Work order - Within the material that follows, how many lines include the string "IFCRELASSOCIATESMATERIAL"? Answer with the number and nothing more.

-------- Provided records --------

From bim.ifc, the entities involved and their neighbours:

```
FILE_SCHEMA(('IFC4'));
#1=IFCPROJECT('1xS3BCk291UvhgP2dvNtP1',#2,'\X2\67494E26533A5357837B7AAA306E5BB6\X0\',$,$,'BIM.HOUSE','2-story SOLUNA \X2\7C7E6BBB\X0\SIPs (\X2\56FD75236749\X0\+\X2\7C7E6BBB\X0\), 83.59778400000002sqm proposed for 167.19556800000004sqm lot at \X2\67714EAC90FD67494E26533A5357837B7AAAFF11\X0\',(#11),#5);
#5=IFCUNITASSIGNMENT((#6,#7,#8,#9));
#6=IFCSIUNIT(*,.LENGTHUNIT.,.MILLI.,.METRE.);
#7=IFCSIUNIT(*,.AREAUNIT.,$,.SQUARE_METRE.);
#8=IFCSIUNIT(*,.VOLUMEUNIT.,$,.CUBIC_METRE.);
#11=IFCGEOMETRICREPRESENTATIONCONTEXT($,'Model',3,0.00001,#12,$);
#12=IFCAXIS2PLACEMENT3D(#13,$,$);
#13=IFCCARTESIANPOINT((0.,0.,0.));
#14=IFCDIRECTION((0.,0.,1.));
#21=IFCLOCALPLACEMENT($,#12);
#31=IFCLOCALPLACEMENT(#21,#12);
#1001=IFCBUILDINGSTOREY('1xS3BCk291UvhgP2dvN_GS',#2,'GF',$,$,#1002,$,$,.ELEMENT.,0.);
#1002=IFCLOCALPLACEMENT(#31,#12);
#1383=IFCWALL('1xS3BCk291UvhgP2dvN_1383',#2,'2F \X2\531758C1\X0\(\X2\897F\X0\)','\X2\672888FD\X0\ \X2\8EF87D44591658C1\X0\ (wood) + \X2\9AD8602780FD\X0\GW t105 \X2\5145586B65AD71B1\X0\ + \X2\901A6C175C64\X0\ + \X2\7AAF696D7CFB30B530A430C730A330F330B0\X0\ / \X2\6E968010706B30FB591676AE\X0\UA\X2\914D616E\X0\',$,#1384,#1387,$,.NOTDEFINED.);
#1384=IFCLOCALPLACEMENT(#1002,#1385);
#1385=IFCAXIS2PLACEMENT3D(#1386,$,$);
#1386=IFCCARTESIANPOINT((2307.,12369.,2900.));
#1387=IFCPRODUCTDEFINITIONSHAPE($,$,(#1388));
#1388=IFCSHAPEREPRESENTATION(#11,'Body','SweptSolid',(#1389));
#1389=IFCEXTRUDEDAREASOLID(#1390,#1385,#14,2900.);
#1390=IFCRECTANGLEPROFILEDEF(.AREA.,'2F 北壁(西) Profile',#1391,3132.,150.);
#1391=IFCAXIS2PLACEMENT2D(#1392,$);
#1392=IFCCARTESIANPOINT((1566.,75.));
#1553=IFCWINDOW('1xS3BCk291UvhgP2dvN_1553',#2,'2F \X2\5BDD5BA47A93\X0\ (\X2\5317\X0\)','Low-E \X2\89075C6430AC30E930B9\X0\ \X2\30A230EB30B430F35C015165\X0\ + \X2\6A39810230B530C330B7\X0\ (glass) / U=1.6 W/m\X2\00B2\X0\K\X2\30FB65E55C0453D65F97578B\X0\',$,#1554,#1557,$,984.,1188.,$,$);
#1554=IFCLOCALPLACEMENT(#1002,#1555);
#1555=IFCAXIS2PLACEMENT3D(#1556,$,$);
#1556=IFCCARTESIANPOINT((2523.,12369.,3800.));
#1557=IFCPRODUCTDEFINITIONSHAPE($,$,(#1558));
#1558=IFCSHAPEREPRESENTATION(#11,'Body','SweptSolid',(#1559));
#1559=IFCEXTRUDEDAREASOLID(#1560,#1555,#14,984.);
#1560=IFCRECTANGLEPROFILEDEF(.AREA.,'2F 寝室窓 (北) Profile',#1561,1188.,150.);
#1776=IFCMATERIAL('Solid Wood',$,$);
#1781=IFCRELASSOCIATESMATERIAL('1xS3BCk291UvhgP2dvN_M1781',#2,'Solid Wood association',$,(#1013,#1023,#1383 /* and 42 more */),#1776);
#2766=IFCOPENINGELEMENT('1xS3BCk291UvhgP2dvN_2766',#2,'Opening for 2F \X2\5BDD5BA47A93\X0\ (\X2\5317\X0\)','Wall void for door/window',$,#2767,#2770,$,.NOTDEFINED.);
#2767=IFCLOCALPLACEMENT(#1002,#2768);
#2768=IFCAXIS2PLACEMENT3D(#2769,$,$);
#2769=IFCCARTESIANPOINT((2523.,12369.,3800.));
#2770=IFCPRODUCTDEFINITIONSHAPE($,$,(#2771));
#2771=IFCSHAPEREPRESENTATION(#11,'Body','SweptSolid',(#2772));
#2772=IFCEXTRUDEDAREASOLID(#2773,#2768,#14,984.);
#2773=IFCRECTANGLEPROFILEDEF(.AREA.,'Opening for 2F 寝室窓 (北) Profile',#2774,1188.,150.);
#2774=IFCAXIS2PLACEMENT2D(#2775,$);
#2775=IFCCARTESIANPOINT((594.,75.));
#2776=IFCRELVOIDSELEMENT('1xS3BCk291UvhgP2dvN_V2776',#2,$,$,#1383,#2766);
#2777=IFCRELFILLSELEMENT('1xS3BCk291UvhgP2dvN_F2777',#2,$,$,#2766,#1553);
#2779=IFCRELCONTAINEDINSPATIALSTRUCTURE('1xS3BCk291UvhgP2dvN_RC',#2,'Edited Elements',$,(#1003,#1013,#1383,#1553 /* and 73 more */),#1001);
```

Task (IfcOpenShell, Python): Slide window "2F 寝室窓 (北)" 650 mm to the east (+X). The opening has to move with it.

```python
import ifcopenshell
import ifcopenshell.api.geometry
import ifcopenshell.util.placement
import ifcopenshell.util.unit

model = ifcopenshell.open("bim.ifc")
unit_scale = ifcopenshell.util.unit.calculate_unit_scale(model)

window = model.by_guid("1xS3BCk291UvhgP2dvN_1553")
opening = window.FillsVoids[0].RelatingOpeningElement
wall = opening.VoidsElements[0].RelatingBuildingElement

wall_matrix = ifcopenshell.util.placement.get_local_placement(wall.ObjectPlacement)
shift = wall_matrix[:3, 0] * 0.65 / unit_scale
before = ifcopenshell.util.placement.get_local_placement(window.ObjectPlacement)[:3, 3].copy()

# The window is not placed relative to its opening, so move both.
for product in (opening, window):
    matrix = ifcopenshell.util.placement.get_local_placement(product.ObjectPlacement)
    matrix[:3, 3] += shift
    ifcopenshell.api.geometry.edit_object_placement(model, product=product, matrix=matrix, is_si=False)

after = ifcopenshell.util.placement.get_local_placement(window.ObjectPlacement)[:3, 3]
print("window moved by", (after - before).round(3) + 0.0)

model.write("bim_updated.ifc")
```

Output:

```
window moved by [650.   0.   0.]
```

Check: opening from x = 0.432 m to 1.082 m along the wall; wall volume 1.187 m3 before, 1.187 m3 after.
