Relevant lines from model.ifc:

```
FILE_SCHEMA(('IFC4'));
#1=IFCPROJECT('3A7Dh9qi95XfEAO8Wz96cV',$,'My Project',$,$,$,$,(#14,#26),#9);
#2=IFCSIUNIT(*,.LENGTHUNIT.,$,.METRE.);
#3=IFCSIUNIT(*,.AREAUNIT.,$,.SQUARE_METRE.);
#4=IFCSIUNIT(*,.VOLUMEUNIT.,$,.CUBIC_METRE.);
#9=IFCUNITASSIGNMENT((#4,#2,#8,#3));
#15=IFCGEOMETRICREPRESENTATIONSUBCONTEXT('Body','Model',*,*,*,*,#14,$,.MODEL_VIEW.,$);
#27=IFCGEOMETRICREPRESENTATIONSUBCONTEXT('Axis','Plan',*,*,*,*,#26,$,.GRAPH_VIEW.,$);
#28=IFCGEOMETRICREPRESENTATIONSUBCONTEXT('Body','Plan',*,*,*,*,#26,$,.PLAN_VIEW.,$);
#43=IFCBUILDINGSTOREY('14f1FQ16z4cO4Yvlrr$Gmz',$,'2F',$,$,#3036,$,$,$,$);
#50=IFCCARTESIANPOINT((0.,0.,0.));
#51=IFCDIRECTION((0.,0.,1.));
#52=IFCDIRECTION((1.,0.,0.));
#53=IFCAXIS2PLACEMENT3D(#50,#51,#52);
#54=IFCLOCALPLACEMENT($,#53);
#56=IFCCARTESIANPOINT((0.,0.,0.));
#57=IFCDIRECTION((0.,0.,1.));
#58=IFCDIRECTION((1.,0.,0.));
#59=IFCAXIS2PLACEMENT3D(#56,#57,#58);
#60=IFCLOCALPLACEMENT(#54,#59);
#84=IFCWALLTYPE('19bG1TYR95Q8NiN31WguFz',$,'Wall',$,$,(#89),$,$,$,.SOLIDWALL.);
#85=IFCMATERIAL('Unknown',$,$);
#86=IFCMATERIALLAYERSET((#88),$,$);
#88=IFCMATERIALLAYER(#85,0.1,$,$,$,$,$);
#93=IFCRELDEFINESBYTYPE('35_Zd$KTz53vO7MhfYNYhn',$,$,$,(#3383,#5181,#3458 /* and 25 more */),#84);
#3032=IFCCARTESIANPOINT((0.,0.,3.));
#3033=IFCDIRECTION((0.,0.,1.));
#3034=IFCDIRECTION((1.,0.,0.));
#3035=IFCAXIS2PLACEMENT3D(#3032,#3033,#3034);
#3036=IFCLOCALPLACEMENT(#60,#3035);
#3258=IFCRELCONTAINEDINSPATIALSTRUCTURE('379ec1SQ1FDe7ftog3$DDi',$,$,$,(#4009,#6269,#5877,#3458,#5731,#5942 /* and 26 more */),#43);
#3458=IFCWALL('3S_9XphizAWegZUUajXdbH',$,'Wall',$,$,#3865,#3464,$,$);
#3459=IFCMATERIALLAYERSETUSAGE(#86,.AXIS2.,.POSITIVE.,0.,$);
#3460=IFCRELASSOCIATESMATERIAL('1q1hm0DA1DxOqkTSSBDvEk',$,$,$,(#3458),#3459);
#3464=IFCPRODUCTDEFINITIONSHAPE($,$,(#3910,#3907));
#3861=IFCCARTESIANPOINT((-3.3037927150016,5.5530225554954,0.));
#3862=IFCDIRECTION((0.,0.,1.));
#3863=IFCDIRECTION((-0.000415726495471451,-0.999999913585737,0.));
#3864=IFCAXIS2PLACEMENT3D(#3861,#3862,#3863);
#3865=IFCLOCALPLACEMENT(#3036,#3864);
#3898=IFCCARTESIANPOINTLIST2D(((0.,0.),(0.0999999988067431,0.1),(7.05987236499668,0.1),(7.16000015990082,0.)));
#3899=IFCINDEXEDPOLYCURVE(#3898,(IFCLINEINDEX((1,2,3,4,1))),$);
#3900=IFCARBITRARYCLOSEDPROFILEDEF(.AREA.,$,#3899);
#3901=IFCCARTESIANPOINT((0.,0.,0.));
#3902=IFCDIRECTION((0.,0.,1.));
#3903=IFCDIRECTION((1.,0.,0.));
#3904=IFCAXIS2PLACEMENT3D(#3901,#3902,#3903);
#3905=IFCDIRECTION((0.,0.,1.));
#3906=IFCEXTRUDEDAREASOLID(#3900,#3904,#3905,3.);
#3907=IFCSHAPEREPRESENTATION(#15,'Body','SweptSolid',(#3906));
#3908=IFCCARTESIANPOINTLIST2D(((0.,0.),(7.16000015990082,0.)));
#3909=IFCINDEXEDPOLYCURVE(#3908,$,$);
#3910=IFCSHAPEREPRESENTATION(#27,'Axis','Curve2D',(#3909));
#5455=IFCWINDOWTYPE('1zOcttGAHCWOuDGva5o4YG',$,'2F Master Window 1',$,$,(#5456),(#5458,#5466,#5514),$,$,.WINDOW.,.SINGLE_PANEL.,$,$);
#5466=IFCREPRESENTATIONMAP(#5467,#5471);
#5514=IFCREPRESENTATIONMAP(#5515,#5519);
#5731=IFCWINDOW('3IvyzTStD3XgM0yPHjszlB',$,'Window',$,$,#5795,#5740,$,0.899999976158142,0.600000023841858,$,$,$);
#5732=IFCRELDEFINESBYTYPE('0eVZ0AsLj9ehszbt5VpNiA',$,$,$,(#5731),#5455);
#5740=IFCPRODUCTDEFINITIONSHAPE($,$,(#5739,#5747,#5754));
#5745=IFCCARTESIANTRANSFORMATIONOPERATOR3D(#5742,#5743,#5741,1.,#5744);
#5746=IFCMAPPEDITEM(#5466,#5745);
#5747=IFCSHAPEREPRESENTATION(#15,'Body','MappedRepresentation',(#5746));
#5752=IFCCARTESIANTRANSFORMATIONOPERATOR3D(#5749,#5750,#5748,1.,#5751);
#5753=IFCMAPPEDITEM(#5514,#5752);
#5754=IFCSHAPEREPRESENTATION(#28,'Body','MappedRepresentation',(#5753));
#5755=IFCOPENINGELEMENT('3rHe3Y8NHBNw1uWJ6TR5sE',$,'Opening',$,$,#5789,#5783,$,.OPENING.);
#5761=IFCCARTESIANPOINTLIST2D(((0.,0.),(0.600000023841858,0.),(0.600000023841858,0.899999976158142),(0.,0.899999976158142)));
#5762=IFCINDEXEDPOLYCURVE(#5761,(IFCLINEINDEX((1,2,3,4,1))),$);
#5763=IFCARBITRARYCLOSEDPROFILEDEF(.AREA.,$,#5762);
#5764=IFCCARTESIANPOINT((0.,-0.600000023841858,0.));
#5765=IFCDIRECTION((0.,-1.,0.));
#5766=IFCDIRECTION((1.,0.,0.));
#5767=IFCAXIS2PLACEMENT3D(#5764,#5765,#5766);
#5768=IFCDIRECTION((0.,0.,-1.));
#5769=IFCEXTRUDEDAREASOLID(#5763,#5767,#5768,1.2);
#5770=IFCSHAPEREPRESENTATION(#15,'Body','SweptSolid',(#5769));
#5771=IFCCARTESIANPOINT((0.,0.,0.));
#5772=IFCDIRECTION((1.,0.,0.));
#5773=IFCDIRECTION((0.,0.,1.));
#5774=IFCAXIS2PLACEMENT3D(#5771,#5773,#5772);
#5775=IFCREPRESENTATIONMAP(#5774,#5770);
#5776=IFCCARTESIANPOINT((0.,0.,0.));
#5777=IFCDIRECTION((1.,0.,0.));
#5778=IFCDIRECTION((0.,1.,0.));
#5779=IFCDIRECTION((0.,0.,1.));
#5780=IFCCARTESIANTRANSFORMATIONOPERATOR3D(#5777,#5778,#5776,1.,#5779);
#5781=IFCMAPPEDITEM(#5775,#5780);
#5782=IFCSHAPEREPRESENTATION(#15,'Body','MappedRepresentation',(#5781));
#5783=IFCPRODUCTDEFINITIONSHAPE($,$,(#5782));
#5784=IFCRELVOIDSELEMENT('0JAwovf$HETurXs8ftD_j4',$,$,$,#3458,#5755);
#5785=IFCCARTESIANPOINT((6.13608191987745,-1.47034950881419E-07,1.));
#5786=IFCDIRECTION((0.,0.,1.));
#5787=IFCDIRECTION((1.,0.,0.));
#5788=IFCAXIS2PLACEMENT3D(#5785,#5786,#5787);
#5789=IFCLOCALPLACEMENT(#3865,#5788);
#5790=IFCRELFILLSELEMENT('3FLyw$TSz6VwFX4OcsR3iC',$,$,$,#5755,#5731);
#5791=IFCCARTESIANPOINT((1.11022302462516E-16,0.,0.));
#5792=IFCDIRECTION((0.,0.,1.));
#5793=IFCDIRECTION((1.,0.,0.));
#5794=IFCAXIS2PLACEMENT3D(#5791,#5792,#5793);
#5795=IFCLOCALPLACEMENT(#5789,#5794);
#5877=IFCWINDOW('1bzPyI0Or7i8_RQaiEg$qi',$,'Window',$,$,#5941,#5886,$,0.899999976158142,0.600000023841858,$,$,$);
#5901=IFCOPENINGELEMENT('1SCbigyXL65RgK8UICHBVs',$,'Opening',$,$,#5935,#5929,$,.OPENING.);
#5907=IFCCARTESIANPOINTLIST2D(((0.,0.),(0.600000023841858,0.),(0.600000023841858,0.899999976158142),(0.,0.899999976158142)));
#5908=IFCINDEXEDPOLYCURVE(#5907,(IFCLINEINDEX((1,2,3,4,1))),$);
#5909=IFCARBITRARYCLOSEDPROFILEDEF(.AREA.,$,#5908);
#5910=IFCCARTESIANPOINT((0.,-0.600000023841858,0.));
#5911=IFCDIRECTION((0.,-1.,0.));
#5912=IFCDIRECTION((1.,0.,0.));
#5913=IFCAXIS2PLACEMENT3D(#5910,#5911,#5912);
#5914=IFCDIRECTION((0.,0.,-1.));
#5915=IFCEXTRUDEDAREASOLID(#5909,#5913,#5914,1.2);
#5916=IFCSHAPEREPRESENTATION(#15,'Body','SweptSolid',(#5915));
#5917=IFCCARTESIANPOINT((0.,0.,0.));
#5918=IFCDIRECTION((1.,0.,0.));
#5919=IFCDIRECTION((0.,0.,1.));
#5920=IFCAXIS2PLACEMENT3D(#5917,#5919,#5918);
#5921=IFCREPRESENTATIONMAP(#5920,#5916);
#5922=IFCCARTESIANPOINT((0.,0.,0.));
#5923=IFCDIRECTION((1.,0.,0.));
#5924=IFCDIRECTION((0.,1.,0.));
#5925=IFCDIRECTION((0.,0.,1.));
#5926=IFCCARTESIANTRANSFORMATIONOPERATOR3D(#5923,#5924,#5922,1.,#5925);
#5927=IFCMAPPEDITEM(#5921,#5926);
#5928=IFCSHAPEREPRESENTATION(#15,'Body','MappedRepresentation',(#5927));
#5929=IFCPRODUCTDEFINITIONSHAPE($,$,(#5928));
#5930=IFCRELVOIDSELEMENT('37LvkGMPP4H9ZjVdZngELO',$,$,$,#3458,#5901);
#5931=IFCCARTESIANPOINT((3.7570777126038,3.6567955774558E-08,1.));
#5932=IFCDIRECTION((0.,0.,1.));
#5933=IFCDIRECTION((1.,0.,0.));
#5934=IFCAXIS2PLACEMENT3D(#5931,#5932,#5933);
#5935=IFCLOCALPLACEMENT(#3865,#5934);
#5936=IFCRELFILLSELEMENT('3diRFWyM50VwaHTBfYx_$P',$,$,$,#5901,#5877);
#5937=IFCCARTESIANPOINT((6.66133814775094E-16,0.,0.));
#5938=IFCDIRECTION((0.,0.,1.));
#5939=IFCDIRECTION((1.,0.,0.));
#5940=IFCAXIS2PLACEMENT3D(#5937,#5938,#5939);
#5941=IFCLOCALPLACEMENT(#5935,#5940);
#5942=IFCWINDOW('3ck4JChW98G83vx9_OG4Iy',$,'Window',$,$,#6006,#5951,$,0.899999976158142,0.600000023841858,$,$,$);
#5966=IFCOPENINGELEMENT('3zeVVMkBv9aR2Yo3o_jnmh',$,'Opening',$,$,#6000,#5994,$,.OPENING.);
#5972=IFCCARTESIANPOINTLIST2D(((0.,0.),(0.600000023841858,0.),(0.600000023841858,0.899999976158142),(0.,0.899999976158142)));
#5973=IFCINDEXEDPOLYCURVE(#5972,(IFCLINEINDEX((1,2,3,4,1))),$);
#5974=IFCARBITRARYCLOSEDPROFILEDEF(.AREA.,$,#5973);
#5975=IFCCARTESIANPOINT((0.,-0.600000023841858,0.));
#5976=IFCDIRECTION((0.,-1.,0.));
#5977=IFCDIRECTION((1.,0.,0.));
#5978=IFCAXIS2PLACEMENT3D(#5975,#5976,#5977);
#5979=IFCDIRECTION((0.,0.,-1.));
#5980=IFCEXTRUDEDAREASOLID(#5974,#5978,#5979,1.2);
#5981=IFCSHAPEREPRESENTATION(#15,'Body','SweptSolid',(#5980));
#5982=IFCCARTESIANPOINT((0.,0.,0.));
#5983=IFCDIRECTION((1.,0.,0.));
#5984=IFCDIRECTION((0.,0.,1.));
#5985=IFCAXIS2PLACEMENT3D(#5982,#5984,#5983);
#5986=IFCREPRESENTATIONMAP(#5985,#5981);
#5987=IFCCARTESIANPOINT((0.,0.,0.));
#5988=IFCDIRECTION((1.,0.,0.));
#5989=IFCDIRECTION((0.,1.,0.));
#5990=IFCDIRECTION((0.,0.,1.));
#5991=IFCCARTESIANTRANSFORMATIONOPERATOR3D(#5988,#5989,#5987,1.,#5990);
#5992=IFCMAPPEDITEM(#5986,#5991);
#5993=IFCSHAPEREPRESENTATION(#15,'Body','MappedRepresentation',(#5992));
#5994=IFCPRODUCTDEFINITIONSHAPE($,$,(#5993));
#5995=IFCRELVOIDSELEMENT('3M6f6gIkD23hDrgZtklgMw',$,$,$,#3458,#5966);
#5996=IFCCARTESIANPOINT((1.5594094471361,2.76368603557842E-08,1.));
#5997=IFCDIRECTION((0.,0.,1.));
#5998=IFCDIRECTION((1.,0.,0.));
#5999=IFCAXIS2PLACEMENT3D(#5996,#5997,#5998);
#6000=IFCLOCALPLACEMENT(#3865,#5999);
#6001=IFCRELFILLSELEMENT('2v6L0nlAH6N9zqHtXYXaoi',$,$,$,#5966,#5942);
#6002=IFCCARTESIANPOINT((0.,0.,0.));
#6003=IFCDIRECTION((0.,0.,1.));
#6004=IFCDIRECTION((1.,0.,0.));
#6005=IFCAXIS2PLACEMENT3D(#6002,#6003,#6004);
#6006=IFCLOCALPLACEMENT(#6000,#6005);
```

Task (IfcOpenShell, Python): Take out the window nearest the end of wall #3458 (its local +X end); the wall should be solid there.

```python
import ifcopenshell
import ifcopenshell.api.feature
import ifcopenshell.api.root
import ifcopenshell.geom
import ifcopenshell.util.shape

model = ifcopenshell.open("model.ifc")
settings = ifcopenshell.geom.settings()


def volume(element):
    """Net volume in cubic metres, openings subtracted."""
    shape = ifcopenshell.geom.create_shape(settings, element)
    return ifcopenshell.util.shape.get_volume(shape.geometry)


window = model.by_guid("3IvyzTStD3XgM0yPHjszlB")
opening = window.FillsVoids[0].RelatingOpeningElement
wall = opening.VoidsElements[0].RelatingBuildingElement
before = volume(wall)

ifcopenshell.api.root.remove_product(model, product=window)
ifcopenshell.api.feature.remove_feature(model, feature=opening)

after = volume(wall)

print(f"wall volume {before:.3f} -> {after:.3f} m3")

model.write("model_v2.ifc")
```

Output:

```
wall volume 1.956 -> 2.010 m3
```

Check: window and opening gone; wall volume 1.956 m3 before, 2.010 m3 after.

--------

Task solution - 2